------ Information supplied

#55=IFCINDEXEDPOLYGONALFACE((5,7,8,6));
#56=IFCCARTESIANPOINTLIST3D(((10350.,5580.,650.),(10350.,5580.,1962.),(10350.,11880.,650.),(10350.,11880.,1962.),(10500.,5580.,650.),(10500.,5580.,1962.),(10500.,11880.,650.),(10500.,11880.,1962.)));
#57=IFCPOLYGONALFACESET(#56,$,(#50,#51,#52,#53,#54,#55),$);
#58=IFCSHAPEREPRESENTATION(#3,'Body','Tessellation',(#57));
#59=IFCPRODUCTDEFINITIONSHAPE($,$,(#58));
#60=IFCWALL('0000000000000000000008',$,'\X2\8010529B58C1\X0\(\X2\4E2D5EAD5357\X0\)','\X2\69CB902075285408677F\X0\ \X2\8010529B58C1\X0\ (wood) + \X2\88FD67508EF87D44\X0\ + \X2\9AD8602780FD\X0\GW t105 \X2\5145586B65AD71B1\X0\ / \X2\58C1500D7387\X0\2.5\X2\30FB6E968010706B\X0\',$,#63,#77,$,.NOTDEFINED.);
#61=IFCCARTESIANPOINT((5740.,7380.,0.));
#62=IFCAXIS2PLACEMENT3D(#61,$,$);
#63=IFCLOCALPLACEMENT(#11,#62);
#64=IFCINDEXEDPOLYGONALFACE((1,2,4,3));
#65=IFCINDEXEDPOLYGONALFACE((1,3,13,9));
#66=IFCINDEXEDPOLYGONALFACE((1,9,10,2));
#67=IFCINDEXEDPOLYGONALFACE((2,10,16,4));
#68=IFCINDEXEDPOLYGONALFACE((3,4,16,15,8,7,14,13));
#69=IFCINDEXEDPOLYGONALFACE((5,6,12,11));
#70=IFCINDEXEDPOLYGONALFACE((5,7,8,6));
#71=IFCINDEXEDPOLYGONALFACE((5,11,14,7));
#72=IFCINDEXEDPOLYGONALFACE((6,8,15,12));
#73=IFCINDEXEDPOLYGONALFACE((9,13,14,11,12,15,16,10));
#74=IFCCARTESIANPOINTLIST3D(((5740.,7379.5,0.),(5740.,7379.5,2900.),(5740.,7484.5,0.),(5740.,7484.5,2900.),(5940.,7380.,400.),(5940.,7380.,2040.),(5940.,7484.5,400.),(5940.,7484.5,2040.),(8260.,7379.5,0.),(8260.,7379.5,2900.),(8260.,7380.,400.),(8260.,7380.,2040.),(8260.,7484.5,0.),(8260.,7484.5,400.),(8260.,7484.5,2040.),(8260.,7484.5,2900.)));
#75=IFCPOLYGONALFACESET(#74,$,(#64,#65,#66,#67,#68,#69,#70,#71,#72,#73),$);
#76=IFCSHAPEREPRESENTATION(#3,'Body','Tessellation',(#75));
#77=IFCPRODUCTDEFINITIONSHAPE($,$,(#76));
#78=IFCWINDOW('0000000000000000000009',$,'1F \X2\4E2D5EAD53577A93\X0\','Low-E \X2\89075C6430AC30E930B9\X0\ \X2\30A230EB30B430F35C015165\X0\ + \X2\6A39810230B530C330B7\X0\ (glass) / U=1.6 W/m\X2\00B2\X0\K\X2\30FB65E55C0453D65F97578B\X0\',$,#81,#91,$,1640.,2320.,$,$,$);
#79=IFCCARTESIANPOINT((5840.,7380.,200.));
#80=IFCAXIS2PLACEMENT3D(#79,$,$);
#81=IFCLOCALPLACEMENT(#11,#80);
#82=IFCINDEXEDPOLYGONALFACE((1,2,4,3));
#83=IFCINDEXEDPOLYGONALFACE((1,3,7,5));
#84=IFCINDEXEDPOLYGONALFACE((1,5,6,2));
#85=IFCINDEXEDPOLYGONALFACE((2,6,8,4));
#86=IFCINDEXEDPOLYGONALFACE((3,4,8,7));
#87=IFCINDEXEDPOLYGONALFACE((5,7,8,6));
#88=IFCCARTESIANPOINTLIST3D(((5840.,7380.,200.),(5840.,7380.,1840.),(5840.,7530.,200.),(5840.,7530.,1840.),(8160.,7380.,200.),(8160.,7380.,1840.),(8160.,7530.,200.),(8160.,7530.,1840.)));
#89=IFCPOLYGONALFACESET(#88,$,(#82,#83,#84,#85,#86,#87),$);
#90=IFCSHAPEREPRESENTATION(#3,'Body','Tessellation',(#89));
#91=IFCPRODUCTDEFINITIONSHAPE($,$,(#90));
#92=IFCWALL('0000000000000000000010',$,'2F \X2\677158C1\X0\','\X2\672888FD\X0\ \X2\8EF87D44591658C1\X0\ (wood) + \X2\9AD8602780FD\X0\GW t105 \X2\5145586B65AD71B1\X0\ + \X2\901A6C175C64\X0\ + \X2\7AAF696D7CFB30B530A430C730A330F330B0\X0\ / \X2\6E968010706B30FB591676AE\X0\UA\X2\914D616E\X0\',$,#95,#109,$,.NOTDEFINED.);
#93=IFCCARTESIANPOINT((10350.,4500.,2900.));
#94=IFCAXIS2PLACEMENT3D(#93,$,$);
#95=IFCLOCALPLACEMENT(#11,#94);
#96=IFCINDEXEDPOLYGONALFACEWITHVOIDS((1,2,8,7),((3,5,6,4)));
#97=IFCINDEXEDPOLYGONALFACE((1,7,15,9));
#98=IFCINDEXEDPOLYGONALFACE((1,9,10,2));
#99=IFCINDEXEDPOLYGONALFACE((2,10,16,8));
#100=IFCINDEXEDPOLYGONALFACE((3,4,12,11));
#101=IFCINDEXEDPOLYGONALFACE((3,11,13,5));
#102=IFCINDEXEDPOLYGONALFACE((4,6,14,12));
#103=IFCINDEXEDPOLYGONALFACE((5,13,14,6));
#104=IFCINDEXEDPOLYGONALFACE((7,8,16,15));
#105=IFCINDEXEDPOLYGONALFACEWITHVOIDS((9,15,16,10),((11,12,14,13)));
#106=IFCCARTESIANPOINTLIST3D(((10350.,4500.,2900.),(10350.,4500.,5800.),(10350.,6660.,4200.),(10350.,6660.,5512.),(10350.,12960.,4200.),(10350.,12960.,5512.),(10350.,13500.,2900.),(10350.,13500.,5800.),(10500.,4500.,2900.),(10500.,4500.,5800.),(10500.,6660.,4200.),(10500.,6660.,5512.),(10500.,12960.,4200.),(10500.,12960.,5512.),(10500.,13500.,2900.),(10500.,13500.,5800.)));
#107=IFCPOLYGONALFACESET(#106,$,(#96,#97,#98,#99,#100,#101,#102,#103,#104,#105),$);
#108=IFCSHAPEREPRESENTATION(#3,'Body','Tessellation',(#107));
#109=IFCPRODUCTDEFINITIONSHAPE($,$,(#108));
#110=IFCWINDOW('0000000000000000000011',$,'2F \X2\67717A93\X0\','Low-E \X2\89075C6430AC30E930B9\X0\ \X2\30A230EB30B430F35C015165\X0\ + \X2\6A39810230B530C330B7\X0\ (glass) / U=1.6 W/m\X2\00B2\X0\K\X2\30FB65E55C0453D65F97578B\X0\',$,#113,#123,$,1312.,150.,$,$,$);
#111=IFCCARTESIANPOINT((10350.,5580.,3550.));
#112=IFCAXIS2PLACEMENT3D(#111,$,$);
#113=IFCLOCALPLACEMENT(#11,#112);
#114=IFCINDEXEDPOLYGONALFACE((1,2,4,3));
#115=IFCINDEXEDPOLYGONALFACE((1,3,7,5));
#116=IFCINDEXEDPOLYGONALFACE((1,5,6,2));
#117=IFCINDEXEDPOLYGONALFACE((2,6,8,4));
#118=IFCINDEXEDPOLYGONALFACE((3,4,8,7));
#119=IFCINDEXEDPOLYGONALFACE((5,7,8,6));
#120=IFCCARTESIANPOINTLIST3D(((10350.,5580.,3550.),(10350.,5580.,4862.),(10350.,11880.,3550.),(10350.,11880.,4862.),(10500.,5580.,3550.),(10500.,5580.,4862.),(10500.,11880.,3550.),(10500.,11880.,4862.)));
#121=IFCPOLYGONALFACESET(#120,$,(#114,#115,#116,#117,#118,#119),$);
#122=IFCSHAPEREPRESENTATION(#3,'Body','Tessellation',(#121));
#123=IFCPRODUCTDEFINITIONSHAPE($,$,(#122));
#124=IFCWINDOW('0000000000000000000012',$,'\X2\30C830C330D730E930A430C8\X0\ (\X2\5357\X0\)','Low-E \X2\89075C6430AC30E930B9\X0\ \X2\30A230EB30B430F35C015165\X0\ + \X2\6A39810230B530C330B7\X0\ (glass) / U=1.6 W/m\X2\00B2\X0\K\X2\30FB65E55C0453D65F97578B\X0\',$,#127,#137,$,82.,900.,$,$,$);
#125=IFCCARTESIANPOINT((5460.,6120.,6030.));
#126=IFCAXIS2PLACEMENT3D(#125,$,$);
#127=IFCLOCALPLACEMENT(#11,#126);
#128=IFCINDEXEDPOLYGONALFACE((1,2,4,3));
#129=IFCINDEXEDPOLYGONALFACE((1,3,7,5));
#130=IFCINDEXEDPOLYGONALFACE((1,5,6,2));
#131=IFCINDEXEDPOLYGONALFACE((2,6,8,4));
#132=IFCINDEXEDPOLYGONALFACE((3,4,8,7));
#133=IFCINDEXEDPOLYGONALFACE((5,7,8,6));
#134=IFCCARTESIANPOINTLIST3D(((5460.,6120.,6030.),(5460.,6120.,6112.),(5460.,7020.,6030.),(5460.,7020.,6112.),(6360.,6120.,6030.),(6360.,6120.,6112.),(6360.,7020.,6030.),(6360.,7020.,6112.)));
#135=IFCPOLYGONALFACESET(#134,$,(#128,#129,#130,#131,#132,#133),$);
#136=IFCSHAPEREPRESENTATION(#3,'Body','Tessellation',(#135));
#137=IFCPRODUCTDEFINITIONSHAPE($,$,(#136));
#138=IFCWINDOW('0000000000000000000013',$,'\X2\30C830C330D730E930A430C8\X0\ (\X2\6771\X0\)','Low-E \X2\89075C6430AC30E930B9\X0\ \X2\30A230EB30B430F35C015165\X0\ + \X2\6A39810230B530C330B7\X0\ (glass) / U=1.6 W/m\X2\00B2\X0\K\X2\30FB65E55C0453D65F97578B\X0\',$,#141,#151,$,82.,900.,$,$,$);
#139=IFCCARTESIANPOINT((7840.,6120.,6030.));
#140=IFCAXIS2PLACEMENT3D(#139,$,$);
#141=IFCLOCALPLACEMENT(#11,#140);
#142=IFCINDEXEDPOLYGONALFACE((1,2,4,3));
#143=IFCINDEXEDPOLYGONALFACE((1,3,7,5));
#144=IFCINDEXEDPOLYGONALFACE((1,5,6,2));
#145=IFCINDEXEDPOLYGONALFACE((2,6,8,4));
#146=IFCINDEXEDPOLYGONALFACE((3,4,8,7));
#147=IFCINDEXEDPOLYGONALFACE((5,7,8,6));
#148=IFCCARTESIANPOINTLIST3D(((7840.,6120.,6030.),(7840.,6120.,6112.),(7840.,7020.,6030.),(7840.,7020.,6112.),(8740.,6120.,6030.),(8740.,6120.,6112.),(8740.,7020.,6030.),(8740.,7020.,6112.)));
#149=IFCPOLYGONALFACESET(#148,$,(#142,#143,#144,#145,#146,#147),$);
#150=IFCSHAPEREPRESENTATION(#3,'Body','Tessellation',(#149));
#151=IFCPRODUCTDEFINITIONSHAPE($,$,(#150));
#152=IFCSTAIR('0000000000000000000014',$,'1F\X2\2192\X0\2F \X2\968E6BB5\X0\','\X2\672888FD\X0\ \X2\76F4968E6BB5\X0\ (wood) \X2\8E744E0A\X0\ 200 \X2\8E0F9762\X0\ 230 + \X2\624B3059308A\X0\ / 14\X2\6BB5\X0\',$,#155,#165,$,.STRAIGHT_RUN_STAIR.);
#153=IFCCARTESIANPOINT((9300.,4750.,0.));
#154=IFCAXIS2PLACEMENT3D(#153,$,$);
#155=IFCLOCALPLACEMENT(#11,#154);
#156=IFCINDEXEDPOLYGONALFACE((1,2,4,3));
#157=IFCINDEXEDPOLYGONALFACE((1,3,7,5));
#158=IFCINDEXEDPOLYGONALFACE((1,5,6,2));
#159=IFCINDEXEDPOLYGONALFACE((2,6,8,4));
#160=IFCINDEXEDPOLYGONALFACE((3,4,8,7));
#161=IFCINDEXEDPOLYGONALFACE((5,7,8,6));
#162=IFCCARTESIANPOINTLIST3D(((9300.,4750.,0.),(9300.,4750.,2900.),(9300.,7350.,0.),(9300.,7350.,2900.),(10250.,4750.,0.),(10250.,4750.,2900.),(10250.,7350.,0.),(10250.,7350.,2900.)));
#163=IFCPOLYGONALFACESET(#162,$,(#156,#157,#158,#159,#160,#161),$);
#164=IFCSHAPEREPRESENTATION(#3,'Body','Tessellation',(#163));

------------

### What to work on
Lines from the top of the entries above to the line that contains "#61=IFCCARTESIANPOINT((5740.,7380.,0.));" should be set down exactly, please, with both ends kept and nothing added.

### Solution for this task
#55=IFCINDEXEDPOLYGONALFACE((5,7,8,6));
#56=IFCCARTESIANPOINTLIST3D(((10350.,5580.,650.),(10350.,5580.,1962.),(10350.,11880.,650.),(10350.,11880.,1962.),(10500.,5580.,650.),(10500.,5580.,1962.),(10500.,11880.,650.),(10500.,11880.,1962.)));
#57=IFCPOLYGONALFACESET(#56,$,(#50,#51,#52,#53,#54,#55),$);
#58=IFCSHAPEREPRESENTATION(#3,'Body','Tessellation',(#57));
#59=IFCPRODUCTDEFINITIONSHAPE($,$,(#58));
#60=IFCWALL('0000000000000000000008',$,'\X2\8010529B58C1\X0\(\X2\4E2D5EAD5357\X0\)','\X2\69CB902075285408677F\X0\ \X2\8010529B58C1\X0\ (wood) + \X2\88FD67508EF87D44\X0\ + \X2\9AD8602780FD\X0\GW t105 \X2\5145586B65AD71B1\X0\ / \X2\58C1500D7387\X0\2.5\X2\30FB6E968010706B\X0\',$,#63,#77,$,.NOTDEFINED.);
#61=IFCCARTESIANPOINT((5740.,7380.,0.));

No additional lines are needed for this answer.